• Your goal: Every line in the entries where "more" is found should be copied.

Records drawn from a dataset
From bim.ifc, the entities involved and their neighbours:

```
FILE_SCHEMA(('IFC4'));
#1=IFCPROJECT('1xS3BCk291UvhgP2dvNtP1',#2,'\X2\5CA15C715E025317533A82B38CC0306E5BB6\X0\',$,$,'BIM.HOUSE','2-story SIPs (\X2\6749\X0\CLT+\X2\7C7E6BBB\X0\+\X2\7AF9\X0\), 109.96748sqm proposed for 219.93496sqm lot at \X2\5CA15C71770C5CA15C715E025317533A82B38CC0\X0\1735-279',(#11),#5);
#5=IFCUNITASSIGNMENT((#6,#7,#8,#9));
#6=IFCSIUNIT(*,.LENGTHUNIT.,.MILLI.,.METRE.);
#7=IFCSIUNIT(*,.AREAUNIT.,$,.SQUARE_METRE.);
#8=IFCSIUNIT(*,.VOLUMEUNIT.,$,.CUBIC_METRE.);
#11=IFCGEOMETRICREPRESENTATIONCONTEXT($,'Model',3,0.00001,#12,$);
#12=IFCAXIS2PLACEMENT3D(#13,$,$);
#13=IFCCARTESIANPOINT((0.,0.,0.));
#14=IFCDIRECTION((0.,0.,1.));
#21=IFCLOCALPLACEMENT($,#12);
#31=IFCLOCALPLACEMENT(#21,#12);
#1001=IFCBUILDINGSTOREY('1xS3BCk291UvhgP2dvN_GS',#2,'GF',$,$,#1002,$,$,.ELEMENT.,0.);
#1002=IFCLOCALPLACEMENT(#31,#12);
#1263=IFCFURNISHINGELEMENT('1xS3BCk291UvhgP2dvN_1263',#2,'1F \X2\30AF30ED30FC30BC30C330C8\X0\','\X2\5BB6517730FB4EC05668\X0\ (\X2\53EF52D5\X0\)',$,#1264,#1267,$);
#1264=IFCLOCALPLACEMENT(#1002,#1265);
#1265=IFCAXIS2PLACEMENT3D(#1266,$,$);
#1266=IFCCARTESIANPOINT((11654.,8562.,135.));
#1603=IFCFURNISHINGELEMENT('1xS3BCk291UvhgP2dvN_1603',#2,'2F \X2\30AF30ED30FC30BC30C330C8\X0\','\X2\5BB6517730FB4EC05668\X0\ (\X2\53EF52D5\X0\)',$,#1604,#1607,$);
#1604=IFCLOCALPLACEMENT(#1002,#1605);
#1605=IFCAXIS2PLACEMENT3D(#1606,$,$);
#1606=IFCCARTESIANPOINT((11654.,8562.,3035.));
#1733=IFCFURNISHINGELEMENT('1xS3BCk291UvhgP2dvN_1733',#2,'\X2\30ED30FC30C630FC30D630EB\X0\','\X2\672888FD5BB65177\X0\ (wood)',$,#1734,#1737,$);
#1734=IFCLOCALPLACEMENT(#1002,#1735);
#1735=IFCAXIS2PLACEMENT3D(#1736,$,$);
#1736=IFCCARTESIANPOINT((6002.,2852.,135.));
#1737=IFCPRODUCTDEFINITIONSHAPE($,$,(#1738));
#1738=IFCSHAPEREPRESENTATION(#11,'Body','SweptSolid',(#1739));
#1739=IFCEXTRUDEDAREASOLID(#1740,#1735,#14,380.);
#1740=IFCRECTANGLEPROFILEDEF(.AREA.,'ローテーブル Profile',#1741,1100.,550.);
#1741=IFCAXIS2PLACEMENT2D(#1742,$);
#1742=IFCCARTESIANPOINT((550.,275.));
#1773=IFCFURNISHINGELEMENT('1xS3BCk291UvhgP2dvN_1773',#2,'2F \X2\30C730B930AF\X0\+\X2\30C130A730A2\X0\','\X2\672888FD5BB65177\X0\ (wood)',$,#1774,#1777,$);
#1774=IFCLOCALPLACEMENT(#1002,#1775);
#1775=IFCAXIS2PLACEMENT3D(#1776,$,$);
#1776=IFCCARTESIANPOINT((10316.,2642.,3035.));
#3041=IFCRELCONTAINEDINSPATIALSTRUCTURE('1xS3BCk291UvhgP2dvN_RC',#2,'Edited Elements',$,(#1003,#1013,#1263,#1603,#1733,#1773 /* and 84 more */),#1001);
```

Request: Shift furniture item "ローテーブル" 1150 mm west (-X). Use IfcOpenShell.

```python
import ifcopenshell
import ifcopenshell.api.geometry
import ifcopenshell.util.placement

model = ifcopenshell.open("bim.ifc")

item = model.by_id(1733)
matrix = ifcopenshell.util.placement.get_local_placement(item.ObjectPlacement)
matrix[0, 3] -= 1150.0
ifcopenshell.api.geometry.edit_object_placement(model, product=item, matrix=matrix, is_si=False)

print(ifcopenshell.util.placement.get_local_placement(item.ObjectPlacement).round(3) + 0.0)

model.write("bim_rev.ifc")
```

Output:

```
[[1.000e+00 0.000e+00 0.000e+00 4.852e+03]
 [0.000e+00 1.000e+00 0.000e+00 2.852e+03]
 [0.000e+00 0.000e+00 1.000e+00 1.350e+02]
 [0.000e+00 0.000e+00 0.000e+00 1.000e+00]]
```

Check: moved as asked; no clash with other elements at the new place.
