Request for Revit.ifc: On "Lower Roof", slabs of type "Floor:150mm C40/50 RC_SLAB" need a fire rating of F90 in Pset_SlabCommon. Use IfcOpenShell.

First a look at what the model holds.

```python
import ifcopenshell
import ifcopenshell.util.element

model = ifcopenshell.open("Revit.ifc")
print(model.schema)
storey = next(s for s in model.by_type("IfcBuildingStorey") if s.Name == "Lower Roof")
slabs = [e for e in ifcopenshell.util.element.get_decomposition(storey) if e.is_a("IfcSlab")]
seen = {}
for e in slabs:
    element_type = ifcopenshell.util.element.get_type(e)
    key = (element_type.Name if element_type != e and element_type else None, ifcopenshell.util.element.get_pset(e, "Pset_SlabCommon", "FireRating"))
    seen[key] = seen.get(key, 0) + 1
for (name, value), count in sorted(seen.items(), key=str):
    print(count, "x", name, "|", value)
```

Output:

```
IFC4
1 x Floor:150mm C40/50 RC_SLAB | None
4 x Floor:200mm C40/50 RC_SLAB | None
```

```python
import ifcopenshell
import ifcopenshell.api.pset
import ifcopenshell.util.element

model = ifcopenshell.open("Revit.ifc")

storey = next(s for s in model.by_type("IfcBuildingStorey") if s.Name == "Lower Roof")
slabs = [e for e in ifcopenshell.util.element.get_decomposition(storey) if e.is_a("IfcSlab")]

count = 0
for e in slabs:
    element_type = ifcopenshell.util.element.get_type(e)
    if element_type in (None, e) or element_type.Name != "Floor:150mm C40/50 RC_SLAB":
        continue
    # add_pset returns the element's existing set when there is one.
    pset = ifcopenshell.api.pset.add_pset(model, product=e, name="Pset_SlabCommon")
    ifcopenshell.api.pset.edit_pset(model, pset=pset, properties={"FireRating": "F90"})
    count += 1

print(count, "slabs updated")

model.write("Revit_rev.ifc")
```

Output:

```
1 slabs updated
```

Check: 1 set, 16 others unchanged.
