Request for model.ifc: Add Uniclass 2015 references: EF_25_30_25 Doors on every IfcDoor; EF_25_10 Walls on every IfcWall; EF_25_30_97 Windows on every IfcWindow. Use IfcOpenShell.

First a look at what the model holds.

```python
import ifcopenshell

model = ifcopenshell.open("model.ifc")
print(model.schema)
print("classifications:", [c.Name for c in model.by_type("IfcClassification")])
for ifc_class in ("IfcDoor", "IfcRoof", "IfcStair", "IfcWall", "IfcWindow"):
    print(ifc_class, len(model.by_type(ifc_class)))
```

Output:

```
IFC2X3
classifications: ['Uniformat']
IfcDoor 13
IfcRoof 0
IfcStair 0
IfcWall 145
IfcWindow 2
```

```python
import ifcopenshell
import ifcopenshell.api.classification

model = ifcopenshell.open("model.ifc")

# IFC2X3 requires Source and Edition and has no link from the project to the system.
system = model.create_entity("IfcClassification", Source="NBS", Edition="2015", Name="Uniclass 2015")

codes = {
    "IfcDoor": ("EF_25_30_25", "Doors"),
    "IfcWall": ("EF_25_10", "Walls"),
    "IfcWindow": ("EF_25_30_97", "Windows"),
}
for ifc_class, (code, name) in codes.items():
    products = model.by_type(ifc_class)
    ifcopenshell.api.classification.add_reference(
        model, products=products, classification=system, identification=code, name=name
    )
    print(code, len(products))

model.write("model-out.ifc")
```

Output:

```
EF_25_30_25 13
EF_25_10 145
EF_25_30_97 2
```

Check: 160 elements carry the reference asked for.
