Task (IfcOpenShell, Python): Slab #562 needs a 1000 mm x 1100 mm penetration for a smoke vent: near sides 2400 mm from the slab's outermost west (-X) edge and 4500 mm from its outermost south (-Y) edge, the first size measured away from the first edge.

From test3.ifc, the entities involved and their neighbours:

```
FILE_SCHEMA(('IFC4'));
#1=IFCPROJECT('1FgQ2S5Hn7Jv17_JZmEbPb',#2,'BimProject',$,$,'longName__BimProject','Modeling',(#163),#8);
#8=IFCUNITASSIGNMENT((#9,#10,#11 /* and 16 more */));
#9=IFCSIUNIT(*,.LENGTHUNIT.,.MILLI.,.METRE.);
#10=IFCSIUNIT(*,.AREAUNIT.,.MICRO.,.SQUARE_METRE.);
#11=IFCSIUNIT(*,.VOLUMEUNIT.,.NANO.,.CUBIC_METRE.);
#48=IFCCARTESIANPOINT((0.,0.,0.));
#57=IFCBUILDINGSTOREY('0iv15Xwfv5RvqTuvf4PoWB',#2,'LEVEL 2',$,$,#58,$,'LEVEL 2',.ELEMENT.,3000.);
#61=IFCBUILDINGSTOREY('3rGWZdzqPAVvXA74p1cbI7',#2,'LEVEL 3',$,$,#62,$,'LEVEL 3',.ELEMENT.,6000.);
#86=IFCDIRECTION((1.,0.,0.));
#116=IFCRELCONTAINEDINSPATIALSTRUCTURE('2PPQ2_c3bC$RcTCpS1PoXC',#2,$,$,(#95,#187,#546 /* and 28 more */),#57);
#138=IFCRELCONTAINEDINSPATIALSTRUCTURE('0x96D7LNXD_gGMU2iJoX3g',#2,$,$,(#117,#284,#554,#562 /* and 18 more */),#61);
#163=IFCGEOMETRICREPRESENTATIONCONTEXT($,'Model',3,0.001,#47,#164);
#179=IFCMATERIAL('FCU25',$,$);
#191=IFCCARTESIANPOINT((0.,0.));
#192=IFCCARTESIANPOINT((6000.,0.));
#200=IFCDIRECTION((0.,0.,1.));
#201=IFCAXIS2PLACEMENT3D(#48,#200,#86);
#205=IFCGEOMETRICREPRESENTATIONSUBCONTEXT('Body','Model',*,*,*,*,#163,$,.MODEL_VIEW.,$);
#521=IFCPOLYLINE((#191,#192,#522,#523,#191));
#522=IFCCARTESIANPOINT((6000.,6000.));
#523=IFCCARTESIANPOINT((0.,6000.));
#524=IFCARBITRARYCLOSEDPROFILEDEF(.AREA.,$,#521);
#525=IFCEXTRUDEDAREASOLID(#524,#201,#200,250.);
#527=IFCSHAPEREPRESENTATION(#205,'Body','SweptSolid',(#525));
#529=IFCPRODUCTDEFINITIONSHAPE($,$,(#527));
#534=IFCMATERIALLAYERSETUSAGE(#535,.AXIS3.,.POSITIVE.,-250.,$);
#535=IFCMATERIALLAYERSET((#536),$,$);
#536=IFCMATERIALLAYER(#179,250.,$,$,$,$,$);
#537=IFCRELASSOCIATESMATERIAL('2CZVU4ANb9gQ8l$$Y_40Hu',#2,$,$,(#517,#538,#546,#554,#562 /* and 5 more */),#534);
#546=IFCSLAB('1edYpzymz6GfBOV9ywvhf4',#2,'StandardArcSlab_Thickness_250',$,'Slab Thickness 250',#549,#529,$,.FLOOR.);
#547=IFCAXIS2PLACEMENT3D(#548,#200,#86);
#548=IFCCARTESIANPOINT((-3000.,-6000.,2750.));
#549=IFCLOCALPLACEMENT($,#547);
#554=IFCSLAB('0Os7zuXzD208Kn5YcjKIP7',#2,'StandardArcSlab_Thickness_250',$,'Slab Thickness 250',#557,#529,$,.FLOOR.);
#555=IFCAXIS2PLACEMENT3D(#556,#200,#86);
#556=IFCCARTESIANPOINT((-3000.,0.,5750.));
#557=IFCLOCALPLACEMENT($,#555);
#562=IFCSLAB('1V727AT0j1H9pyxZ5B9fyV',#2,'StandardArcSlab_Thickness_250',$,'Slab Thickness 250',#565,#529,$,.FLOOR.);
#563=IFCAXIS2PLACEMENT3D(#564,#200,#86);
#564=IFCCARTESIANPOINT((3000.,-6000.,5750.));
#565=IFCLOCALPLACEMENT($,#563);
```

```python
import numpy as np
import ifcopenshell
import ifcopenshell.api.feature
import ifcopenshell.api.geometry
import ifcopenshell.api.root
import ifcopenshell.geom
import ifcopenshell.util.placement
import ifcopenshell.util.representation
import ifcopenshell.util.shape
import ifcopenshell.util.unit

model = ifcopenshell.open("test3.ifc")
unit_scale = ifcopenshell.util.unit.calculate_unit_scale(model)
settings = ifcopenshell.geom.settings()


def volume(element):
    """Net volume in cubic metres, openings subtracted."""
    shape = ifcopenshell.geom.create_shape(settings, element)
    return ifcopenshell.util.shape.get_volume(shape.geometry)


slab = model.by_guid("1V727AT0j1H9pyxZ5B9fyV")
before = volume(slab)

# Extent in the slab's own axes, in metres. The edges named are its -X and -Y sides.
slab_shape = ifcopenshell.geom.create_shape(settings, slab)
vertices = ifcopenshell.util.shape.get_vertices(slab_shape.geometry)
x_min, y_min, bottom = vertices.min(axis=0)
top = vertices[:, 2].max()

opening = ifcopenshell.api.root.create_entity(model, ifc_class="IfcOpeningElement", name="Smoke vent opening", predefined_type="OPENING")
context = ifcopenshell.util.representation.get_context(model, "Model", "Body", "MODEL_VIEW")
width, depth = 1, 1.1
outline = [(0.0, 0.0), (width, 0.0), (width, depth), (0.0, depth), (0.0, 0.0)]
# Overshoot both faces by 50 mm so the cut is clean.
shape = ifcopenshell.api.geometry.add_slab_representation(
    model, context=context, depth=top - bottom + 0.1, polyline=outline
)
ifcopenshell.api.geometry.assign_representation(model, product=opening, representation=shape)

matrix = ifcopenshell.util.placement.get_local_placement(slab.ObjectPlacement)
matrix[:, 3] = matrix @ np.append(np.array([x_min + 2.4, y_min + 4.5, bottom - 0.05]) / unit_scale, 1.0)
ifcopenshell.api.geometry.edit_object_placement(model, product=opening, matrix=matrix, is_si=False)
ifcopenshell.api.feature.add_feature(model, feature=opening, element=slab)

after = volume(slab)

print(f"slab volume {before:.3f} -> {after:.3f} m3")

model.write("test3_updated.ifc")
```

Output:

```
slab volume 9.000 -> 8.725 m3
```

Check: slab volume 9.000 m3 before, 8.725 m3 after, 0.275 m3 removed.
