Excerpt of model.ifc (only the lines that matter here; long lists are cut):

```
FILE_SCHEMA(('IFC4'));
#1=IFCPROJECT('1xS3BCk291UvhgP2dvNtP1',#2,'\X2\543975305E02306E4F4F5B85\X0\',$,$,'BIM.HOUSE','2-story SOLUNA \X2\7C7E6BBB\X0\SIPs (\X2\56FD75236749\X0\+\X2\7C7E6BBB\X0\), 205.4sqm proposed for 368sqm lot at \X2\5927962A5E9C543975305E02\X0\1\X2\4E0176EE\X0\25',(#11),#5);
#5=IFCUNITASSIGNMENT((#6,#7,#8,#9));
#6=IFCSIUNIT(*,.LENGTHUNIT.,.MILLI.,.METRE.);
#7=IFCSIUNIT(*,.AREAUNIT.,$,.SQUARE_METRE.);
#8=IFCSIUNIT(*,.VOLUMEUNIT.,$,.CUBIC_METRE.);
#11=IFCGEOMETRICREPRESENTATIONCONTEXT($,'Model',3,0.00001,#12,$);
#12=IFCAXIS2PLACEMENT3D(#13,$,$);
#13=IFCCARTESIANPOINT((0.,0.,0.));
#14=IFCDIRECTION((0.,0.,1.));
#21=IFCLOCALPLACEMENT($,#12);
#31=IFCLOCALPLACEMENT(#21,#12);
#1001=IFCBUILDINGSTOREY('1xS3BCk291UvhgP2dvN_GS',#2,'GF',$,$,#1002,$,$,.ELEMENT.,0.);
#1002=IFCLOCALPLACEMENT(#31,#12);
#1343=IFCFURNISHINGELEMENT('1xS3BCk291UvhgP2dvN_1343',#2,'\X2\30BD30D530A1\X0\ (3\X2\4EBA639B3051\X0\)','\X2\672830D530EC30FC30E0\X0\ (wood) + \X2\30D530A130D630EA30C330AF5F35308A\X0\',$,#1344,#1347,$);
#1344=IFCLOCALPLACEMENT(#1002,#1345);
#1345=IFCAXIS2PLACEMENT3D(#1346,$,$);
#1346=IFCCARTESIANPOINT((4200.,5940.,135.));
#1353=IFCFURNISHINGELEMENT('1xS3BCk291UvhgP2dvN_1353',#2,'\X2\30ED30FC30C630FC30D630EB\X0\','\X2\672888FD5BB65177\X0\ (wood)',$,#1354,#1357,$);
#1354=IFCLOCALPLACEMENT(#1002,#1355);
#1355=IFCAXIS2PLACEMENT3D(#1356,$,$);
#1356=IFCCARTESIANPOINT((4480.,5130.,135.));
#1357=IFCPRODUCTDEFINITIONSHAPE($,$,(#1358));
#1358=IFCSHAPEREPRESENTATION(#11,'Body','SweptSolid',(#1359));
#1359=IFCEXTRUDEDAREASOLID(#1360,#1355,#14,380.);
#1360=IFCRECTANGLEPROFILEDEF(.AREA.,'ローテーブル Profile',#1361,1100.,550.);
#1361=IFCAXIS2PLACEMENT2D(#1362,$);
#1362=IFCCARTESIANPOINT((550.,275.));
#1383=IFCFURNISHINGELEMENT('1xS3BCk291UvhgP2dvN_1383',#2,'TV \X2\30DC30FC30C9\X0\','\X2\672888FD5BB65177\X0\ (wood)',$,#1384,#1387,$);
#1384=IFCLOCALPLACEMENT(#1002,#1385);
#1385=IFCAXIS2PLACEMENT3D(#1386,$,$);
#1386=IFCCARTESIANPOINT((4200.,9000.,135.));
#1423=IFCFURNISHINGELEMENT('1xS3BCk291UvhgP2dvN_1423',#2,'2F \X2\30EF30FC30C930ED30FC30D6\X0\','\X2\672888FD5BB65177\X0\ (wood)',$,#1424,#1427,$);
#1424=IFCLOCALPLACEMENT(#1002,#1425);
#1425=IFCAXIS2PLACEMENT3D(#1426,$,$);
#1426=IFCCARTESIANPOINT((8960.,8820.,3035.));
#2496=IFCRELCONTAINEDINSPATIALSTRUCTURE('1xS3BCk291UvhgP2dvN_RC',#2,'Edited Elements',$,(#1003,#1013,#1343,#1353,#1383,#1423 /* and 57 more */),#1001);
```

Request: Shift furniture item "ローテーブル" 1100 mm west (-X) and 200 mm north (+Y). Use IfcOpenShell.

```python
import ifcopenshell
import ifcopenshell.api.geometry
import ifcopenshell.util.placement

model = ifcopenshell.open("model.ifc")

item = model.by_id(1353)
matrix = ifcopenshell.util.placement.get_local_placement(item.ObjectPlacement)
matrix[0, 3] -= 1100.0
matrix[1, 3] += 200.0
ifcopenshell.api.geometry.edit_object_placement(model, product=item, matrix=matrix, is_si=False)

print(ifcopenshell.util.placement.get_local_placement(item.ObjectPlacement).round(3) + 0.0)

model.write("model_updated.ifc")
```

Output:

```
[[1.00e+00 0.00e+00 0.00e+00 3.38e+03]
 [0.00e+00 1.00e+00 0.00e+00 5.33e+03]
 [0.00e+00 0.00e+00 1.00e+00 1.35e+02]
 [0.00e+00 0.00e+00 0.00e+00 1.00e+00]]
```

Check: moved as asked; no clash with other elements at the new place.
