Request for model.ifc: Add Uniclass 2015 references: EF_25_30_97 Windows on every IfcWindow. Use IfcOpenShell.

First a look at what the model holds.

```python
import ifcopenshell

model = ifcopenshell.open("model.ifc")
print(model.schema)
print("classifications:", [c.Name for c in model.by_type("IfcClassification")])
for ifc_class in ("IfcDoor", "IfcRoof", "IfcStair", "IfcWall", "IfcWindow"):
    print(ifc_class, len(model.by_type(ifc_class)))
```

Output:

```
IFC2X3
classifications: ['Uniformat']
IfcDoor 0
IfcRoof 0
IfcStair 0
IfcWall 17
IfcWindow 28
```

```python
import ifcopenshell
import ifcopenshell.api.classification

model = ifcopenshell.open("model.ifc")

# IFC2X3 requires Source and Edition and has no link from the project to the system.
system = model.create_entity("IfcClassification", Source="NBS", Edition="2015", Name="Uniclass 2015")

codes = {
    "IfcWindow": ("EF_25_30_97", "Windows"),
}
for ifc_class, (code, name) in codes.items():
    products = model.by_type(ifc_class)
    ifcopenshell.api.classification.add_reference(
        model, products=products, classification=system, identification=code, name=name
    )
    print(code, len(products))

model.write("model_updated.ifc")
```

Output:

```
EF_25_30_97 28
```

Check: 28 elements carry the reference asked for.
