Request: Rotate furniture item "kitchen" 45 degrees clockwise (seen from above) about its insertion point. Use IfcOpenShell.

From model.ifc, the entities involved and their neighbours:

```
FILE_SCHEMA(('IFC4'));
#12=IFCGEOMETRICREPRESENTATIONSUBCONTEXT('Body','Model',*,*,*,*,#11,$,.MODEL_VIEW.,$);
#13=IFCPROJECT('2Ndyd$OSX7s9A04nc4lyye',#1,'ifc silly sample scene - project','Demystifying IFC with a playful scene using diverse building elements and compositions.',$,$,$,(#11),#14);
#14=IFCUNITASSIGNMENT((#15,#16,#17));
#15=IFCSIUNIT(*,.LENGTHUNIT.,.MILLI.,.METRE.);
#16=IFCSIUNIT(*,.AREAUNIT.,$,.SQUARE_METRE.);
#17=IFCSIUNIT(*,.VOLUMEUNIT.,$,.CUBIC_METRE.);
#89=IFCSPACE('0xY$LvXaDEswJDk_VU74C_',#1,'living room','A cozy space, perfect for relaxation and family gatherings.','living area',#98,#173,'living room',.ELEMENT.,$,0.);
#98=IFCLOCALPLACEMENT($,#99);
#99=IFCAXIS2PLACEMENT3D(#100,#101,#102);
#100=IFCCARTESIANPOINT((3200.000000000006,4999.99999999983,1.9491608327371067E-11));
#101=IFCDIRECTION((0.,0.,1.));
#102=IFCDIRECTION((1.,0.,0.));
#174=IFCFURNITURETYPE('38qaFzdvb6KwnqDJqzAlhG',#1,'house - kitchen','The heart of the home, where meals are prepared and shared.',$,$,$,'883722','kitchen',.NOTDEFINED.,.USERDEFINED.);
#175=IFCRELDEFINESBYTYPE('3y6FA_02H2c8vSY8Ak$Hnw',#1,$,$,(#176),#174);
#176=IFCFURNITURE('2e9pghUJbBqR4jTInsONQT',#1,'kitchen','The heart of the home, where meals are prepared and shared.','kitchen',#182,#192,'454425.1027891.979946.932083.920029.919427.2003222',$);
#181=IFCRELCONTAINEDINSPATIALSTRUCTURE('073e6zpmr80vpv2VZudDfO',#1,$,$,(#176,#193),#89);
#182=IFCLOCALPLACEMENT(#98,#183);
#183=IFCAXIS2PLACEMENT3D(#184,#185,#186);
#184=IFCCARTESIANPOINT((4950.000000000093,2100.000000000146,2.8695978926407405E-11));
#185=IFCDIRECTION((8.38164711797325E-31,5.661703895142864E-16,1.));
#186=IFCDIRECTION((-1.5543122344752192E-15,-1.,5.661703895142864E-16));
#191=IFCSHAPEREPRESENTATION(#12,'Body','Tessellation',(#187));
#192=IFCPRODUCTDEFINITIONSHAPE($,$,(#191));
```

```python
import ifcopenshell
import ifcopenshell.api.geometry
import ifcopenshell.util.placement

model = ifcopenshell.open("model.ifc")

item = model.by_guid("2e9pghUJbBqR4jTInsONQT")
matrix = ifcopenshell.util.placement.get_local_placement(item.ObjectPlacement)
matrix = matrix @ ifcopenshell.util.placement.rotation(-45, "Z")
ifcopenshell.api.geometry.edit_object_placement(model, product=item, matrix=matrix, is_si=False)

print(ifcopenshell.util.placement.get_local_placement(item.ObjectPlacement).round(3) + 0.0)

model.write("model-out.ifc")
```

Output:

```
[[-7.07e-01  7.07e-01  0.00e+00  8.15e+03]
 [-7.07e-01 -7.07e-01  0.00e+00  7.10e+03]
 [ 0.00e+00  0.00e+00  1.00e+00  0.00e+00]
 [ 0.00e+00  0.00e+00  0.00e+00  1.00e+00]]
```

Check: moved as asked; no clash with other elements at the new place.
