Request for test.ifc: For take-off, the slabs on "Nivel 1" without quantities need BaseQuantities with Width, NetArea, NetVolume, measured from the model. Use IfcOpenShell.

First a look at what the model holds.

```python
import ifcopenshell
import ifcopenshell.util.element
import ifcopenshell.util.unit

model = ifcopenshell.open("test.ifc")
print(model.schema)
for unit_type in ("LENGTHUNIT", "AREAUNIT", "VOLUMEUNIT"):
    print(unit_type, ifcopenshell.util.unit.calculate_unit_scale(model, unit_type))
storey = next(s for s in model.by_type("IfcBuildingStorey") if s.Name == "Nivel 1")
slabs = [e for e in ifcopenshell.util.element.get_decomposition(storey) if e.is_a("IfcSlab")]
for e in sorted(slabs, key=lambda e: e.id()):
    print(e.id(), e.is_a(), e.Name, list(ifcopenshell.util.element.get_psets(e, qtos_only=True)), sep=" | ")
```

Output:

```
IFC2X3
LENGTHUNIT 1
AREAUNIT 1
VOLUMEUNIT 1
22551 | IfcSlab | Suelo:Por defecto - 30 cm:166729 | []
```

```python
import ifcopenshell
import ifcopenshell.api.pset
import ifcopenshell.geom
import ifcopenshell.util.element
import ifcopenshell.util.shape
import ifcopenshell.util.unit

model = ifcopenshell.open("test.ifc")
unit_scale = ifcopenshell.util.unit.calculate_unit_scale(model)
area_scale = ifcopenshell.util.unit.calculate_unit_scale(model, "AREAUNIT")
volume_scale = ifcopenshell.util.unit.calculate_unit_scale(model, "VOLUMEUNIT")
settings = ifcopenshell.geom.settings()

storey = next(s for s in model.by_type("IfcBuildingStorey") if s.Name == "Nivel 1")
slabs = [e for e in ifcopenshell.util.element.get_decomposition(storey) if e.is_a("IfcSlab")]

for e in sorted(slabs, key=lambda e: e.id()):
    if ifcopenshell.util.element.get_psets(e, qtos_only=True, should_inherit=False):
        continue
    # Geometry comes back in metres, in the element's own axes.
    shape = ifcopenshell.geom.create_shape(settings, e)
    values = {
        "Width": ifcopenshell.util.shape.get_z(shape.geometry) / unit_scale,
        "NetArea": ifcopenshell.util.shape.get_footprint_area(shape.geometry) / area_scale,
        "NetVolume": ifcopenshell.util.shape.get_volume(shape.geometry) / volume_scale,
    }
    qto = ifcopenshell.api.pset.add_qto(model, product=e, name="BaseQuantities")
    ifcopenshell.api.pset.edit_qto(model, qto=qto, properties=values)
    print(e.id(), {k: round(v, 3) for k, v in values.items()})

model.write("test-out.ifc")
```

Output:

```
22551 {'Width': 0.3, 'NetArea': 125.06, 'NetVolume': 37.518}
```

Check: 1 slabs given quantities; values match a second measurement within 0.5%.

• Response:
#3041=IFCRELCONTAINEDINSPATIALSTRUCTURE('1xS3BCk291UvhgP2dvN_RC',#2,'Edited Elements',$,(#1003,#1013,#1263,#1603,#1733,#1773 /* and 84 more */),#1001);
#8=IFCUNITASSIGNMENT((#9,#10,#11 /* and 16 more */));
#116=IFCRELCONTAINEDINSPATIALSTRUCTURE('2PPQ2_c3bC$RcTCpS1PoXC',#2,$,$,(#95,#187,#546 /* and 28 more */),#57);
#138=IFCRELCONTAINEDINSPATIALSTRUCTURE('0x96D7LNXD_gGMU2iJoX3g',#2,$,$,(#117,#284,#554,#562 /* and 18 more */),#61);
#537=IFCRELASSOCIATESMATERIAL('2CZVU4ANb9gQ8l$$Y_40Hu',#2,$,$,(#517,#538,#546,#554,#562 /* and 5 more */),#534);
#2496=IFCRELCONTAINEDINSPATIALSTRUCTURE('1xS3BCk291UvhgP2dvN_RC',#2,'Edited Elements',$,(#1003,#1013,#1343,#1353,#1383,#1423 /* and 57 more */),#1001);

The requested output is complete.